Power Ranking Results 

Disclaimers: These results are based on one case study load profile. Use caution when drawing generalized conclusions from this analysis. Savings from ESS are influenced by other factors besides the utility rate schedule, such as the shape of the homeowner’s energy usage profile, the size of the ESS, if they’re pairing ESS with PV, the size of the PV system relative to usage and restrictions on how the ESS is operated. We ran our simulations at 100% TOU arbitrage efficiency, which determines optimal savings. Storage developers are responsible to confirm the eligibility of all rate schedules for their customer.
 
Our results table clearly shows that the savings from ESS are heavily influenced by the TOU rate schedule. In both the ‘ESS only’ and ‘PV+ESS’ runs, the savings from ESS can vary widely from rate to rate. A wide TOU price differential is obviously directly correlated with a good rate for ESS savings, and vice-versa. To look at an extreme example of variance, a homeowner could capture over 30-times more savings on the PG&E (EV-A) rate, compared to the PG&E (E-TOU (A)) rate in the ‘ESS only’ run, and roughly 11-times more savings in the ‘PV+ESS’ run.

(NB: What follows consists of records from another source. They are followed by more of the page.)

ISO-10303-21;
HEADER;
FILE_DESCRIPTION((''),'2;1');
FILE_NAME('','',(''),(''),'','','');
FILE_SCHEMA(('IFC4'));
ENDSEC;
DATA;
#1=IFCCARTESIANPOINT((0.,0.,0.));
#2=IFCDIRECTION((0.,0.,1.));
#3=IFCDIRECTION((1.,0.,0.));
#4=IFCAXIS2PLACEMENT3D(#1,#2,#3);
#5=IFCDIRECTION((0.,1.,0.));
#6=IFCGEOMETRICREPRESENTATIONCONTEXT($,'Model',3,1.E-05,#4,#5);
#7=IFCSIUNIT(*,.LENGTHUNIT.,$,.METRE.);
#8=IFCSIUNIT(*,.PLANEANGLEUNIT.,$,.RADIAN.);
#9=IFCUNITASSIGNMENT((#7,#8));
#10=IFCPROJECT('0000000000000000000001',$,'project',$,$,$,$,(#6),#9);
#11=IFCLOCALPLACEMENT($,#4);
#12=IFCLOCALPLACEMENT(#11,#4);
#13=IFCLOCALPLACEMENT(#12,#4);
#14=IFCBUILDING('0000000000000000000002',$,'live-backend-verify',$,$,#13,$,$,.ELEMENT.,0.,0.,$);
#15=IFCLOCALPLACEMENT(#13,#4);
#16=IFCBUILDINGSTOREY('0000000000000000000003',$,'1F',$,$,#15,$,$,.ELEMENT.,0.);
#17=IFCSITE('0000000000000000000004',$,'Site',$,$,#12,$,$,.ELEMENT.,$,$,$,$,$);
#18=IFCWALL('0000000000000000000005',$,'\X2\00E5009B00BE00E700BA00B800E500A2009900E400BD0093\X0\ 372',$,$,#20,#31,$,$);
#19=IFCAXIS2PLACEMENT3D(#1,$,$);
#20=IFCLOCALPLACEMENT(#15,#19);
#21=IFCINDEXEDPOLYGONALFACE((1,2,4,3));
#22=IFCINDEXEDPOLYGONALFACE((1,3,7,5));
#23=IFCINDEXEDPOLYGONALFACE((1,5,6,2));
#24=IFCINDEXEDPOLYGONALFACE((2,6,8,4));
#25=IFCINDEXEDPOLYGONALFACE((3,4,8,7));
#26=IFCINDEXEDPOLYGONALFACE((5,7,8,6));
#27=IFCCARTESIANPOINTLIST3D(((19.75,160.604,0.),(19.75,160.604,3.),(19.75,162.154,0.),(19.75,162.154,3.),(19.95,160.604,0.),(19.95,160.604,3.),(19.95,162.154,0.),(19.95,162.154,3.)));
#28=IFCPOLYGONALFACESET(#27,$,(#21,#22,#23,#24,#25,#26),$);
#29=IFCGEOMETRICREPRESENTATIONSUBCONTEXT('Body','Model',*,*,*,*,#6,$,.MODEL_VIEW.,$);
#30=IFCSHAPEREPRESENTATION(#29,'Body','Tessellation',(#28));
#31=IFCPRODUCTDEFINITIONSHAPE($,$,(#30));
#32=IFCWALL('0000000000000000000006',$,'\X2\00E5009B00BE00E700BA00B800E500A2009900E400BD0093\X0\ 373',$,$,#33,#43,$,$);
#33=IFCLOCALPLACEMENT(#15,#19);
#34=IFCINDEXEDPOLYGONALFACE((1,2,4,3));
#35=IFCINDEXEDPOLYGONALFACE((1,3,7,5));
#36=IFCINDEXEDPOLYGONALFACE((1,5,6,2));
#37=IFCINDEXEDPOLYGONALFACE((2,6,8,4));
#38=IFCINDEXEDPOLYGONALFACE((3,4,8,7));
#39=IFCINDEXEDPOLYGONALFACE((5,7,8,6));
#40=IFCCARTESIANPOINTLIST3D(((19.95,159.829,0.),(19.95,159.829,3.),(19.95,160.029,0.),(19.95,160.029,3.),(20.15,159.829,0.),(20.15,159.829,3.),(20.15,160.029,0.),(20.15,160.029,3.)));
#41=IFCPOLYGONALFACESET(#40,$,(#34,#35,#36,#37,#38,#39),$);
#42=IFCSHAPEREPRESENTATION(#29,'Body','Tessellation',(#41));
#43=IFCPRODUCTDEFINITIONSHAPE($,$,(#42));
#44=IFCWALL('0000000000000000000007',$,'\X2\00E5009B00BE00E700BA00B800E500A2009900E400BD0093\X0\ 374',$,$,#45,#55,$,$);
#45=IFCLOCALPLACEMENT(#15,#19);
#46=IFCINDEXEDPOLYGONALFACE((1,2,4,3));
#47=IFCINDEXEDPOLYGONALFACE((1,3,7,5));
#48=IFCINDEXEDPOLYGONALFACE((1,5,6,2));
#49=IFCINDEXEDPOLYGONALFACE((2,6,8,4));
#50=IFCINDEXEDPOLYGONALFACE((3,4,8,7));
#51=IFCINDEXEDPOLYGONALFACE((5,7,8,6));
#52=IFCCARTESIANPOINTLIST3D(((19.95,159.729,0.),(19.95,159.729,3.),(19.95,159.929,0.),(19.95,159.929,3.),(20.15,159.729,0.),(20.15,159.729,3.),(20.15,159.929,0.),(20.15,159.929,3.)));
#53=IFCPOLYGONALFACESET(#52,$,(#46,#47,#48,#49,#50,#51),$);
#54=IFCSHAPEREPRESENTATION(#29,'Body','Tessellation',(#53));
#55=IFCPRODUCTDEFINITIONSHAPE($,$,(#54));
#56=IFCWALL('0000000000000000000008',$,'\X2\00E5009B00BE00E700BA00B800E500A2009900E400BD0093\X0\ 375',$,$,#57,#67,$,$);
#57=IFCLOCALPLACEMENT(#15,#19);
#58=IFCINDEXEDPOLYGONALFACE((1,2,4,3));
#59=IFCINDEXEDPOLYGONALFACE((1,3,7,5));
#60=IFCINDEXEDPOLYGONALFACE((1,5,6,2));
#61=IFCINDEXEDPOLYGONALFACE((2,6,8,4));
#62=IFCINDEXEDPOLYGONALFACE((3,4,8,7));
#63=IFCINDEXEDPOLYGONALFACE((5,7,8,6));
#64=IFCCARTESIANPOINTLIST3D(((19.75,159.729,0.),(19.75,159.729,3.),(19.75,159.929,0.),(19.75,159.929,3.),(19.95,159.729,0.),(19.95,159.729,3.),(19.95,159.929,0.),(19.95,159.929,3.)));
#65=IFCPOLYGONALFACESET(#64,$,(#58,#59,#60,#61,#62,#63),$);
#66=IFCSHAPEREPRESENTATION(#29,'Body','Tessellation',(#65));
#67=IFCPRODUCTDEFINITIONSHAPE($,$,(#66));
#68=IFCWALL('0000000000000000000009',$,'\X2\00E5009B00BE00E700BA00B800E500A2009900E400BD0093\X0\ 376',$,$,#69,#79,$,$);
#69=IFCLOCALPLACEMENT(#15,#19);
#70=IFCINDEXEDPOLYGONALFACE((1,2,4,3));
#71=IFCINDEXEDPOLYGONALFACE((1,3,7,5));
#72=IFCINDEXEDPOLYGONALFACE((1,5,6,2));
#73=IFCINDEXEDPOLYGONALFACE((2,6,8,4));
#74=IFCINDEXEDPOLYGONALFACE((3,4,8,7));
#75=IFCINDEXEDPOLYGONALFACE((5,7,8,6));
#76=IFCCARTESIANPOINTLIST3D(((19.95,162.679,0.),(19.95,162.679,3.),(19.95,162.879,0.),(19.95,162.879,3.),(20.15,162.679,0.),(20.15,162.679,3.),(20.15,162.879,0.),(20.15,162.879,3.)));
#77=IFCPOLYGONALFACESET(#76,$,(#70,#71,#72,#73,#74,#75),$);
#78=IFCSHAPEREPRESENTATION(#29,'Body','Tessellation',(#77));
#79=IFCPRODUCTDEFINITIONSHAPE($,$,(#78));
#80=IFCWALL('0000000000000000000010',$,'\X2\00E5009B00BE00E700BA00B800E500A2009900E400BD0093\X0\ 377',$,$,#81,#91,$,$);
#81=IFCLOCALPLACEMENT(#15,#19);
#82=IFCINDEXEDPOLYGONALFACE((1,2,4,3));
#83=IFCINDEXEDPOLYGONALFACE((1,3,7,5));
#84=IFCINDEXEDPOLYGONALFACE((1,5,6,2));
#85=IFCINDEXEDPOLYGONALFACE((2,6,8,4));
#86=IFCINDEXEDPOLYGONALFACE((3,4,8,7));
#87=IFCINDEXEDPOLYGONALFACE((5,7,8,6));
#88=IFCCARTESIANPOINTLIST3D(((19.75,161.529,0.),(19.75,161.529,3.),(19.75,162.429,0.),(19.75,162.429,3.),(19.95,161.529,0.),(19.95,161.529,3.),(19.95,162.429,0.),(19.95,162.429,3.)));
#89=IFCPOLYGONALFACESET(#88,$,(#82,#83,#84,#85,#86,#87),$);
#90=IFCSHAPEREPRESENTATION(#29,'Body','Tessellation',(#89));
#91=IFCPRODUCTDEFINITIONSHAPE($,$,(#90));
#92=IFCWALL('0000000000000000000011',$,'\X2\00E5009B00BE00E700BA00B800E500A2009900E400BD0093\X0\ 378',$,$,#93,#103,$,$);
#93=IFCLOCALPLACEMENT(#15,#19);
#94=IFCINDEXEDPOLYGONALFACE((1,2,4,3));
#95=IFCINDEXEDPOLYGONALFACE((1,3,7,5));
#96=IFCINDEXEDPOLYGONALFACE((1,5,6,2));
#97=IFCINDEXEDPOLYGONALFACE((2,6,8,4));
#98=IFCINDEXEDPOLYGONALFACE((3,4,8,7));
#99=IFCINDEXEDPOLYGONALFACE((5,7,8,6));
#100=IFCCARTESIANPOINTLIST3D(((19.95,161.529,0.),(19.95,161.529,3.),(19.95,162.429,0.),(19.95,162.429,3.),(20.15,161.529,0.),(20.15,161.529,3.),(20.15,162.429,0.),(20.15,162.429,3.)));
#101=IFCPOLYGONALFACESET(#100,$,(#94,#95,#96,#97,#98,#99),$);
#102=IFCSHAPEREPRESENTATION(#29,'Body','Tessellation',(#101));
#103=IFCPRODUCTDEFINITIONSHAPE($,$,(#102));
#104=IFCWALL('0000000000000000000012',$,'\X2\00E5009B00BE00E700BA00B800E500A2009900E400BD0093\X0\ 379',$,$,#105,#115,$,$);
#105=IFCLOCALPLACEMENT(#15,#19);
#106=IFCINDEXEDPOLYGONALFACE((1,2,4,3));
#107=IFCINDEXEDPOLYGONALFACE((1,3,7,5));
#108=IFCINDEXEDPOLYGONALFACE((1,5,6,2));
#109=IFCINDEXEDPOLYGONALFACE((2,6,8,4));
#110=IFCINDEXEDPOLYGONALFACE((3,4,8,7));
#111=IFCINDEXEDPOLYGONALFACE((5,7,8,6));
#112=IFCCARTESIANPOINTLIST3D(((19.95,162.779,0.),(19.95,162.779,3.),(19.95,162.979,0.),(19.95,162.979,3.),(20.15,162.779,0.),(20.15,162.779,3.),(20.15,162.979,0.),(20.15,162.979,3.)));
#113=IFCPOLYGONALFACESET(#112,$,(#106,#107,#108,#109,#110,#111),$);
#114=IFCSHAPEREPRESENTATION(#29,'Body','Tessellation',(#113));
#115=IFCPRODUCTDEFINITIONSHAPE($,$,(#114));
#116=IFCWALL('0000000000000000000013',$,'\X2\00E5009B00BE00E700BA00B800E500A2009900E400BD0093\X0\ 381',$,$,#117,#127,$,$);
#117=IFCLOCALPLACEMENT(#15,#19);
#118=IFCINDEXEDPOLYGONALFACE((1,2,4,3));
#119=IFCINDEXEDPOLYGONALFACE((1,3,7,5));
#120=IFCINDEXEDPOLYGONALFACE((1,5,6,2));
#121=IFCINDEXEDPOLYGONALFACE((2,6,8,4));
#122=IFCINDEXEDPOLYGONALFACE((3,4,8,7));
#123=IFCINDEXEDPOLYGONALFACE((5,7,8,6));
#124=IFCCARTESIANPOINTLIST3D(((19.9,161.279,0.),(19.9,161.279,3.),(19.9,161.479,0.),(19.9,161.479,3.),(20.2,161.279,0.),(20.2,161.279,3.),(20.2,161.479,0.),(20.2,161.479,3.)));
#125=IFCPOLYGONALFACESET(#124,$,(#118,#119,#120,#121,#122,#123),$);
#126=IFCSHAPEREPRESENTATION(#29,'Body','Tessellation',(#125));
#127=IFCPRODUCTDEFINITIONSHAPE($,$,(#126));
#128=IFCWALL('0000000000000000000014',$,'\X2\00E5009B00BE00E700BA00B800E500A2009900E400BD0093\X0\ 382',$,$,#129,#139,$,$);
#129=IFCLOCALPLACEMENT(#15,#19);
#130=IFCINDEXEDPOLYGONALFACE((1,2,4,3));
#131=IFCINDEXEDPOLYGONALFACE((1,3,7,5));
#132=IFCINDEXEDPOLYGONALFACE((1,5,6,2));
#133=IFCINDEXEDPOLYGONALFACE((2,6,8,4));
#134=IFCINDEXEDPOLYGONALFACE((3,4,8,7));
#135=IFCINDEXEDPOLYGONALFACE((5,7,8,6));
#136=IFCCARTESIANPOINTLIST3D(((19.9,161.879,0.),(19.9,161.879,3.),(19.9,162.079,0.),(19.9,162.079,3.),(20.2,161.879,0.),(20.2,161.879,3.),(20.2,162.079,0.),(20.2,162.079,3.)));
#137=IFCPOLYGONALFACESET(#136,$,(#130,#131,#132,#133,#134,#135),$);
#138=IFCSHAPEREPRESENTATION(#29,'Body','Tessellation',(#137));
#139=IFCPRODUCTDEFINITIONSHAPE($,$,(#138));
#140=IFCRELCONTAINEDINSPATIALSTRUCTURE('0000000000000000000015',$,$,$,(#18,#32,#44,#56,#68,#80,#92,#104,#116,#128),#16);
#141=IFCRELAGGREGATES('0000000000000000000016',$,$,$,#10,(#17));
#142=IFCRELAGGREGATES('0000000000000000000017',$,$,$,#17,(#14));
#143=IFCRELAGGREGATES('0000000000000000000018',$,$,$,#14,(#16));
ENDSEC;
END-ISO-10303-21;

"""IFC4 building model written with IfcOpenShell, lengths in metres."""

from ifc_helpers import new_model, si_unit, direction, frame, frame_2d, origin_with_axes, place, context, subcontext, project, spatial, rectangle, extrude, element, save


model = new_model("IFC4")

# Units and contexts
model_context = context("Model", 3, precision=1e-05, world=origin_with_axes(), true_north=direction((0.0, 1.0, 0.0)))
body_context = subcontext(model_context, "Body", "Model", "MODEL_VIEW")
ifc_project = project(units=[si_unit("LENGTHUNIT", "METRE"), si_unit("PLANEANGLEUNIT", "RADIAN")], contexts=[model_context])

# Site, building, storey
placement = place(None, origin_with_axes())
site_placement = place(placement, origin_with_axes())
site = spatial("IfcSite", under=ifc_project, at=site_placement, Name="Site", CompositionType="ELEMENT")
building_placement = place(site_placement, origin_with_axes())
building = spatial("IfcBuilding", under=site, at=building_placement, Name="live-backend-verify", CompositionType="ELEMENT", ElevationOfRefHeight=0.0, ElevationOfTerrain=0.0)
storey_placement = place(building_placement, origin_with_axes())
storey = spatial("IfcBuildingStorey", under=building, at=storey_placement, Name="1F", CompositionType="ELEMENT", Elevation=0.0)

# Walls
wall_1_placement = place(storey_placement, frame((19.85, 161.379, 0.0), z_axis=(0.0, 0.0, 1.0), x_axis=(0.0, -1.0, 0.0)))
element("IfcWall", 1, at=wall_1_placement, inside=storey, Name="å\u009b¾çº¸å¢\u0099ä½\u0093 372", context=body_context, shape_type="SweptSolid", body=[
    extrude(rectangle(XDim=1.55, YDim=0.2, at=frame_2d((0.0, 0.0), x_axis=(1.0, 0.0, 0.0))), frame((0.0, 0.0, 0.0), z_axis=(0.0, 0.0, 1.0)), (0.0, 0.0, 1.0), 3.0),
])
for number, where, z_axis, x_axis, name in (
    (2, (20.05, 159.929, 0.0), (0.0, 0.0, 1.0), (-1.0, 0.0, 0.0), "å\u009b¾çº¸å¢\u0099ä½\u0093 373"),
    (3, (20.05, 159.829, 0.0), (0.0, 0.0, 1.0), (-1.0, 0.0, 0.0), "å\u009b¾çº¸å¢\u0099ä½\u0093 374"),
    (4, (19.85, 159.829, 0.0), (0.0, 0.0, 1.0), (1.0, 0.0, 0.0), "å\u009b¾çº¸å¢\u0099ä½\u0093 375"),
    (5, (20.05, 162.779, 0.0), (0.0, 0.0, 1.0), (-1.0, 0.0, 0.0), "å\u009b¾çº¸å¢\u0099ä½\u0093 376"),
):
    element("IfcWall", number, at=place(storey_placement, frame(where, z_axis=z_axis, x_axis=x_axis)), inside=storey, Name=name, context=body_context, shape_type="SweptSolid", body=[
        extrude(rectangle(XDim=0.2, YDim=0.2, at=frame_2d((0.0, 0.0), x_axis=(1.0, 0.0, 0.0))), frame((0.0, 0.0, 0.0), z_axis=(0.0, 0.0, 1.0)), (0.0, 0.0, 1.0), 3.0),
    ])
for number, where, z_axis, x_axis, name in (
    (6, (19.85, 161.979, 0.0), (0.0, 0.0, 1.0), (0.0, 1.0, 0.0), "å\u009b¾çº¸å¢\u0099ä½\u0093 377"),
    (7, (20.05, 161.979, 0.0), (0.0, 0.0, 1.0), (0.0, 1.0, 0.0), "å\u009b¾çº¸å¢\u0099ä½\u0093 378"),
):
    element("IfcWall", number, at=place(storey_placement, frame(where, z_axis=z_axis, x_axis=x_axis)), inside=storey, Name=name, context=body_context, shape_type="SweptSolid", body=[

Unpacking the best & worst rate

 
The PG&E (EV (A)), which is an electric vehicle experimental rate, is the best rate schedule for storage savings in our analysis. The schedule has a wide TOU price differential year-round, with a whopping $35/cent per kWh price delta in the summer, and $21/cents/kWh in the winter. Furthermore, the TOU arbitrage price opportunity exists all seven days of the week, rather than only Monday through Friday, which is typical of most residential TOU schedules. When we ran our storage simulation, we dispatched the battery all 365 days of the year and captured the lucrative price differential, which led to the high $/kWh savings in both the ‘ESS only’ and ‘PV+ESS’ run.
 
The PG&E (E-TOU (A)) is a voluntary, opt-in TOU rate for PG&E homeowners. It’s the worst rate for ESS savings in our study. The TOU price differential in the winter is a meager $1.4/cents/kWh and $7.6/cents/kWh in the summer. To make matters worse, the winter season is defined as eight months-long (October through May), and the TOU price differential only exists on five days per week (Monday through Friday). Weekends are all “off-peak.” When you add it all up, this effectively means that for roughly 80% of the days in the year, no TOU arbitrage opportunity exists whatsoever. In the winter, at a TOU price delta of $1.4/cents/kWh it would be a losing proposition to cycle the battery at a 90% round-trip ESS efficiency. Hence the battery was dormant for four out of every five days when we ran our TOU arbitrage simulation, which led to the weak savings. This is a TOU-rino (TOU rate in name only), it has no teeth!